Purpose: Definitive radiotherapy is a viable option for medically inoperable patients with early stage endometrial cancer. We present our experience using image-based brachytherapy (BT).
Methods and materials: Patients with medically inoperable clinical Stage I endometrial adenocarcinoma received definitive BT with or without external beam radiotherapy. High-dose-rate BT was delivered using MRI- or CT-based planning for each fraction. For patients with an MRI, gross tumor volume (GTV) was contoured although dose was still prescribed to the clinical treatment volume (CTV), including the entire uterus, cervix, and upper 1-2 cm of vagina. Equivalent 2 Gy doses (EQD2) were calculated.

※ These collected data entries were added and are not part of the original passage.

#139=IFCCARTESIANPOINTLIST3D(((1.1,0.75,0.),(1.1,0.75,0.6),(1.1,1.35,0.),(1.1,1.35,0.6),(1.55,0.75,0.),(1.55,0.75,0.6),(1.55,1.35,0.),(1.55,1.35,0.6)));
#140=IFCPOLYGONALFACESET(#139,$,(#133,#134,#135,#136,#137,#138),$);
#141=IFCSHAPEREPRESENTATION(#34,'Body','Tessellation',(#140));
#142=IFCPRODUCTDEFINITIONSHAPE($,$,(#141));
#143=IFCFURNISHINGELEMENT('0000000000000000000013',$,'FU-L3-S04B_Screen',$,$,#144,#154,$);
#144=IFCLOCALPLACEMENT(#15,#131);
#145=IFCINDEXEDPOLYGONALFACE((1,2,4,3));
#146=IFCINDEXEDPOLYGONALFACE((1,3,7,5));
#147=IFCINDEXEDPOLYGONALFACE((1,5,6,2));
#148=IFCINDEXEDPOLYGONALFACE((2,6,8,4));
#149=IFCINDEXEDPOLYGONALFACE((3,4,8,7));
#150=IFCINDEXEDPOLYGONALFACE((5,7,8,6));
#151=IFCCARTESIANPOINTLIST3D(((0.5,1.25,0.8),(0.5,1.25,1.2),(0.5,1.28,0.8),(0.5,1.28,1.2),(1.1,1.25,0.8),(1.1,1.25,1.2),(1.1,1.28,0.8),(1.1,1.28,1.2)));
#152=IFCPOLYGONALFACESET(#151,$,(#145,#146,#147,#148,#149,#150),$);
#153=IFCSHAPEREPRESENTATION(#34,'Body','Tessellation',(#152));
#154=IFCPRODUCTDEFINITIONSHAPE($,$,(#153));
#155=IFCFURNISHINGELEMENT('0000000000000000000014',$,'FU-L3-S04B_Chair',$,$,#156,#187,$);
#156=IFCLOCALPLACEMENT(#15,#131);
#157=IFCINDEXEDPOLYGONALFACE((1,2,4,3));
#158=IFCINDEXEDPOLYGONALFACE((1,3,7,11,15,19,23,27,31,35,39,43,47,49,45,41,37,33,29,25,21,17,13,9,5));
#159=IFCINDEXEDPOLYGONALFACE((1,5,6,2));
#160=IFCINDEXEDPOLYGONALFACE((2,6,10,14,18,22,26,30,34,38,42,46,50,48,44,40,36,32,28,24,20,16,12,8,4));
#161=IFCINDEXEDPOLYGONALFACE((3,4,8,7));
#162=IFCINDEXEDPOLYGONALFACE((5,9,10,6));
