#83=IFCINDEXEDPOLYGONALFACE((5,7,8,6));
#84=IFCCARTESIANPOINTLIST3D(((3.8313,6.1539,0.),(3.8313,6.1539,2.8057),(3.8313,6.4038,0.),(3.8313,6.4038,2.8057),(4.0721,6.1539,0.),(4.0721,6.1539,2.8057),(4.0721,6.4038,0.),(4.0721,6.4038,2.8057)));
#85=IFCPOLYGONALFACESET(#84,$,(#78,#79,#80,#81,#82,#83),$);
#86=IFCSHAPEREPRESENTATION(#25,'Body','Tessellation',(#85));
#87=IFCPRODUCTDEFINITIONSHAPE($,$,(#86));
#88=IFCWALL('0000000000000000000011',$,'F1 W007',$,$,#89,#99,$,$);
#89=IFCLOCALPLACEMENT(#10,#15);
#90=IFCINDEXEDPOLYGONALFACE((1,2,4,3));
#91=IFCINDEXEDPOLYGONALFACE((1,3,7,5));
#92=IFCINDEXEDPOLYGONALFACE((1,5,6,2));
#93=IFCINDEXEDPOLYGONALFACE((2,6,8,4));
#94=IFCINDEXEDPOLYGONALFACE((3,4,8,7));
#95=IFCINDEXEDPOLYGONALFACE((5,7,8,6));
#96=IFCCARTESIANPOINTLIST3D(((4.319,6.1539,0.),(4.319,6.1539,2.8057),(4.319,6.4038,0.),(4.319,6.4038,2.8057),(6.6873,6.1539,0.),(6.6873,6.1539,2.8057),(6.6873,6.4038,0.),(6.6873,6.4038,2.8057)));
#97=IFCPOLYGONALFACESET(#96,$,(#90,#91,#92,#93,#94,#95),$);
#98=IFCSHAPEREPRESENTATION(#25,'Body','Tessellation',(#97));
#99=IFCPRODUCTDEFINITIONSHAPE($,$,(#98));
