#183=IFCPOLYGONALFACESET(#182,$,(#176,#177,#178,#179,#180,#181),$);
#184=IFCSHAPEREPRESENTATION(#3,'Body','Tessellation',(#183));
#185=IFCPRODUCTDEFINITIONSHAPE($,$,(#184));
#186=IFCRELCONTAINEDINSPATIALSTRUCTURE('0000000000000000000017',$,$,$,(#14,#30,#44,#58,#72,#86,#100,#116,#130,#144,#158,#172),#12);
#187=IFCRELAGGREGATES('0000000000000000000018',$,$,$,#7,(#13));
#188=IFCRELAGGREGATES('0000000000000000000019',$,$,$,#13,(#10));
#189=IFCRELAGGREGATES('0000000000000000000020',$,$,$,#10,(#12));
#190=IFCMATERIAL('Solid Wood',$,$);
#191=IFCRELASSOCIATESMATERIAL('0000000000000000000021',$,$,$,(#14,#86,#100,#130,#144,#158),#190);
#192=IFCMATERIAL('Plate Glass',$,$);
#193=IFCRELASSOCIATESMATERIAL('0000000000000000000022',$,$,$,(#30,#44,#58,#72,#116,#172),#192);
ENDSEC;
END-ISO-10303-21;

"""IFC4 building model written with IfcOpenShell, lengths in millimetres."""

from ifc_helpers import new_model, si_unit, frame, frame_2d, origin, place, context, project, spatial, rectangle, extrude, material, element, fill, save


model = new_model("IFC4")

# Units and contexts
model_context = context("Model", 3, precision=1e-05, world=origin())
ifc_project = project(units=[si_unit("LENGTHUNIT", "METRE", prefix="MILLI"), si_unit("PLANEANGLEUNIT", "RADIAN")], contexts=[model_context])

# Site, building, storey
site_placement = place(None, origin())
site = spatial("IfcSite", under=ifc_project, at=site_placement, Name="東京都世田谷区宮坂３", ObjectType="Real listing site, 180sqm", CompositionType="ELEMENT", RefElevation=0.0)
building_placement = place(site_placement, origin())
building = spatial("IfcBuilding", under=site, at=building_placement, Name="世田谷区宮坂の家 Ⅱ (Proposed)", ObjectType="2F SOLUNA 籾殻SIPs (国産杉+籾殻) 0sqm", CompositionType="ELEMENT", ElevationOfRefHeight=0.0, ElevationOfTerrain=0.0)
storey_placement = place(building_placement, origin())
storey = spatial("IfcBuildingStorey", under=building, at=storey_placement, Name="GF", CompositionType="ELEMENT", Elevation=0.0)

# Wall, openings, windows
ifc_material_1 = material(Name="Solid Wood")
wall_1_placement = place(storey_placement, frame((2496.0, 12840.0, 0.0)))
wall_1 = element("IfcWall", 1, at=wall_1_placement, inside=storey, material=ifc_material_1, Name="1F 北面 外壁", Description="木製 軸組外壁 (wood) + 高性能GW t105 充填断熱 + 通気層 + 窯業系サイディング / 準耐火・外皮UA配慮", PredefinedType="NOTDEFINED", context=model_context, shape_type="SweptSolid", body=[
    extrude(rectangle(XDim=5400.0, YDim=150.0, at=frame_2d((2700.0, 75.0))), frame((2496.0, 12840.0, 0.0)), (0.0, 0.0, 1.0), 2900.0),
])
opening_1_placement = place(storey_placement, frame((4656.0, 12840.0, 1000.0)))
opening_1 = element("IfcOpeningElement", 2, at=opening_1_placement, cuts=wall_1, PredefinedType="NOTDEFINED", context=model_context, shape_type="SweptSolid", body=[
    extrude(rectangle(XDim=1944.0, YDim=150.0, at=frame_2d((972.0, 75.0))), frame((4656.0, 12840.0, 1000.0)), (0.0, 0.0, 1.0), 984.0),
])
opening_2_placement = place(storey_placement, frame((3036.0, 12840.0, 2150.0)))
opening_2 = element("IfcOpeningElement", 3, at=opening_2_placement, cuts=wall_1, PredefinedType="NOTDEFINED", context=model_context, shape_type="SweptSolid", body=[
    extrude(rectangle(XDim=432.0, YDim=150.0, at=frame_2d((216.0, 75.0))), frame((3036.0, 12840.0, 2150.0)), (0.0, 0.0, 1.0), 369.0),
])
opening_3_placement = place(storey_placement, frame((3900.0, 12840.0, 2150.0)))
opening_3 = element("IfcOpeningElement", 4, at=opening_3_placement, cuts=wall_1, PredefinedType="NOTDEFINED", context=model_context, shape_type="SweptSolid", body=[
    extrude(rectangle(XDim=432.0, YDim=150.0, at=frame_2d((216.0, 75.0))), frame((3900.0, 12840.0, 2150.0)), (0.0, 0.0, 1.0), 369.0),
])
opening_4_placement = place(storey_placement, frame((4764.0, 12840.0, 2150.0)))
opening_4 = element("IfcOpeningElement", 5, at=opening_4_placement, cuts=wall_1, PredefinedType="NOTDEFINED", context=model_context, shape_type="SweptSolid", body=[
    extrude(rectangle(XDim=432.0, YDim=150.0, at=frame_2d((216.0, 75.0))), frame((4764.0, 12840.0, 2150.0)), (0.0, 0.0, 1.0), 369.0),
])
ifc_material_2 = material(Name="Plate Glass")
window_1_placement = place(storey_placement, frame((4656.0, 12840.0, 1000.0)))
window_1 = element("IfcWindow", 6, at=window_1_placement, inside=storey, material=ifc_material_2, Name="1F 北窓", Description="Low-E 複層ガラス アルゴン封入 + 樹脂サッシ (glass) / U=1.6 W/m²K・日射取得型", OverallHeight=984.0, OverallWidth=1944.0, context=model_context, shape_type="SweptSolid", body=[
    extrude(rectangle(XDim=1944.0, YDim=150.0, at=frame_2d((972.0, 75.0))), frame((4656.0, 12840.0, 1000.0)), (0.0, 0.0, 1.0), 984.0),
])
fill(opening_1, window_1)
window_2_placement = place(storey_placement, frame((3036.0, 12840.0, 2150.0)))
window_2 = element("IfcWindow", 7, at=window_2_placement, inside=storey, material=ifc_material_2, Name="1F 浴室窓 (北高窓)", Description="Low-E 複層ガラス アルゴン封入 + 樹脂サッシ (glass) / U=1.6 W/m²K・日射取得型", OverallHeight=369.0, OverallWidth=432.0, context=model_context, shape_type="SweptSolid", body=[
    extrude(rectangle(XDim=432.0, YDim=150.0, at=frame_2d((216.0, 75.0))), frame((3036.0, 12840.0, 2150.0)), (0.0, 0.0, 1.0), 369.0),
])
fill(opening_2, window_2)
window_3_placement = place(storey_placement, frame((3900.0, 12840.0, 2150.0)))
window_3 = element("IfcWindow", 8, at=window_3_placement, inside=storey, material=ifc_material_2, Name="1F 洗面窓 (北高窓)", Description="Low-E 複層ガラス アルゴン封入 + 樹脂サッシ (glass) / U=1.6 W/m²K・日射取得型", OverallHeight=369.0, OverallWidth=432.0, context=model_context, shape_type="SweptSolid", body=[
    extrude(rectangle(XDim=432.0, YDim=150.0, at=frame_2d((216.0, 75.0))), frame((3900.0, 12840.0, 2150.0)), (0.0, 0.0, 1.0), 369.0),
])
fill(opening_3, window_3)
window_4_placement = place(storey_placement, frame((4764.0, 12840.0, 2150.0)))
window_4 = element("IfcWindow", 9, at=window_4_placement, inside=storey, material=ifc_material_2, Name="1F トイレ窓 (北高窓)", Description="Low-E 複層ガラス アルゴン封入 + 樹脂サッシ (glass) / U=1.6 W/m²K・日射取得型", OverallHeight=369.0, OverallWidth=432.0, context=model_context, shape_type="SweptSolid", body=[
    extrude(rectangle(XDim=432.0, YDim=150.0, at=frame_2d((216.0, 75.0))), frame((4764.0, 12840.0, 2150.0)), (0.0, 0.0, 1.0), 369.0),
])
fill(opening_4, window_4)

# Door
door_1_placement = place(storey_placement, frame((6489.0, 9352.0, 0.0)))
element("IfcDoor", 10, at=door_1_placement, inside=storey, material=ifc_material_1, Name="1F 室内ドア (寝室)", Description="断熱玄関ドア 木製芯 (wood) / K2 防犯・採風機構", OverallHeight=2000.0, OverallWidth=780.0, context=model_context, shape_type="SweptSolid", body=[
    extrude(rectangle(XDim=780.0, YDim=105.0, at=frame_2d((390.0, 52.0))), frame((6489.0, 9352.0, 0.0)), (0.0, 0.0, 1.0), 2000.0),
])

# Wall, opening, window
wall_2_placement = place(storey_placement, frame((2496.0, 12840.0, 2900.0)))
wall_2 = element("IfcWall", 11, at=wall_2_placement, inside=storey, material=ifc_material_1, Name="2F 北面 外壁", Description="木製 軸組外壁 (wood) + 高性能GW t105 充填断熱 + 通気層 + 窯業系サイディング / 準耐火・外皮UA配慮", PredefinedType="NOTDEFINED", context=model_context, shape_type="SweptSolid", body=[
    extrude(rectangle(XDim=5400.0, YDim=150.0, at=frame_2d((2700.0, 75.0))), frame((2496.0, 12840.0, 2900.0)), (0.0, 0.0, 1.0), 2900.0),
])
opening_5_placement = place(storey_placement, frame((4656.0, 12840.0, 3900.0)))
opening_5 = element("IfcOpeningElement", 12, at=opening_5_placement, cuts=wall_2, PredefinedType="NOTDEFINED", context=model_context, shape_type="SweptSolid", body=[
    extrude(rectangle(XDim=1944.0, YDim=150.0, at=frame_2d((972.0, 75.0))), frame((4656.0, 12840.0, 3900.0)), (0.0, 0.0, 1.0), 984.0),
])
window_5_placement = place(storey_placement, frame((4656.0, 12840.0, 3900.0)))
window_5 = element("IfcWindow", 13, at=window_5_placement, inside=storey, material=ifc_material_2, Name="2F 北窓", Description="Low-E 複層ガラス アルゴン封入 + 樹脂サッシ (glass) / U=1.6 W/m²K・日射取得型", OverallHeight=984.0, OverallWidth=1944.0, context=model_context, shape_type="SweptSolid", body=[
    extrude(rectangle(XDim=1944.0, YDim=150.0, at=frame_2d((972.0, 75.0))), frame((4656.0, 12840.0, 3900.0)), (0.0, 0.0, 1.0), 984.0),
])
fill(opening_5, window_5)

Results: Thirty-eight patients were treated from 2007 to 2013, 20 receiving BT alone with a median dose of 37.5 Gy in five to six fractions. For combined therapy, median external beam and BT doses were 45 and 25 Gy in four to five fractions. With 15-month median followup, the 2-year actuarial local control and overall survival were 90.6% and 94.4%. No Grade 2-5 late toxicities were observed. Mean CTV D90 EQD2 for BT alone and combined therapy was 48.6 ± 5.6 and 72.4 ± 6.0 Gy, whereas mean GTV D90 EQD2 was 172.3 ± 59.6 and 138.0 ± 64.6 Gy.
Conclusions: Image-based BT is feasible for medically inoperable early stage endometrial cancer with excellent early results. Despite low CTV doses, high doses delivered to GTV with BT likely accounts for high local control. Endometrial cancer guidelines for image-based planning are needed to define target volumes based on risk with differential dose delivery.
Keywords: Brachytherapy; Endometrial cancer; Inoperable; MRI; Radiotherapy.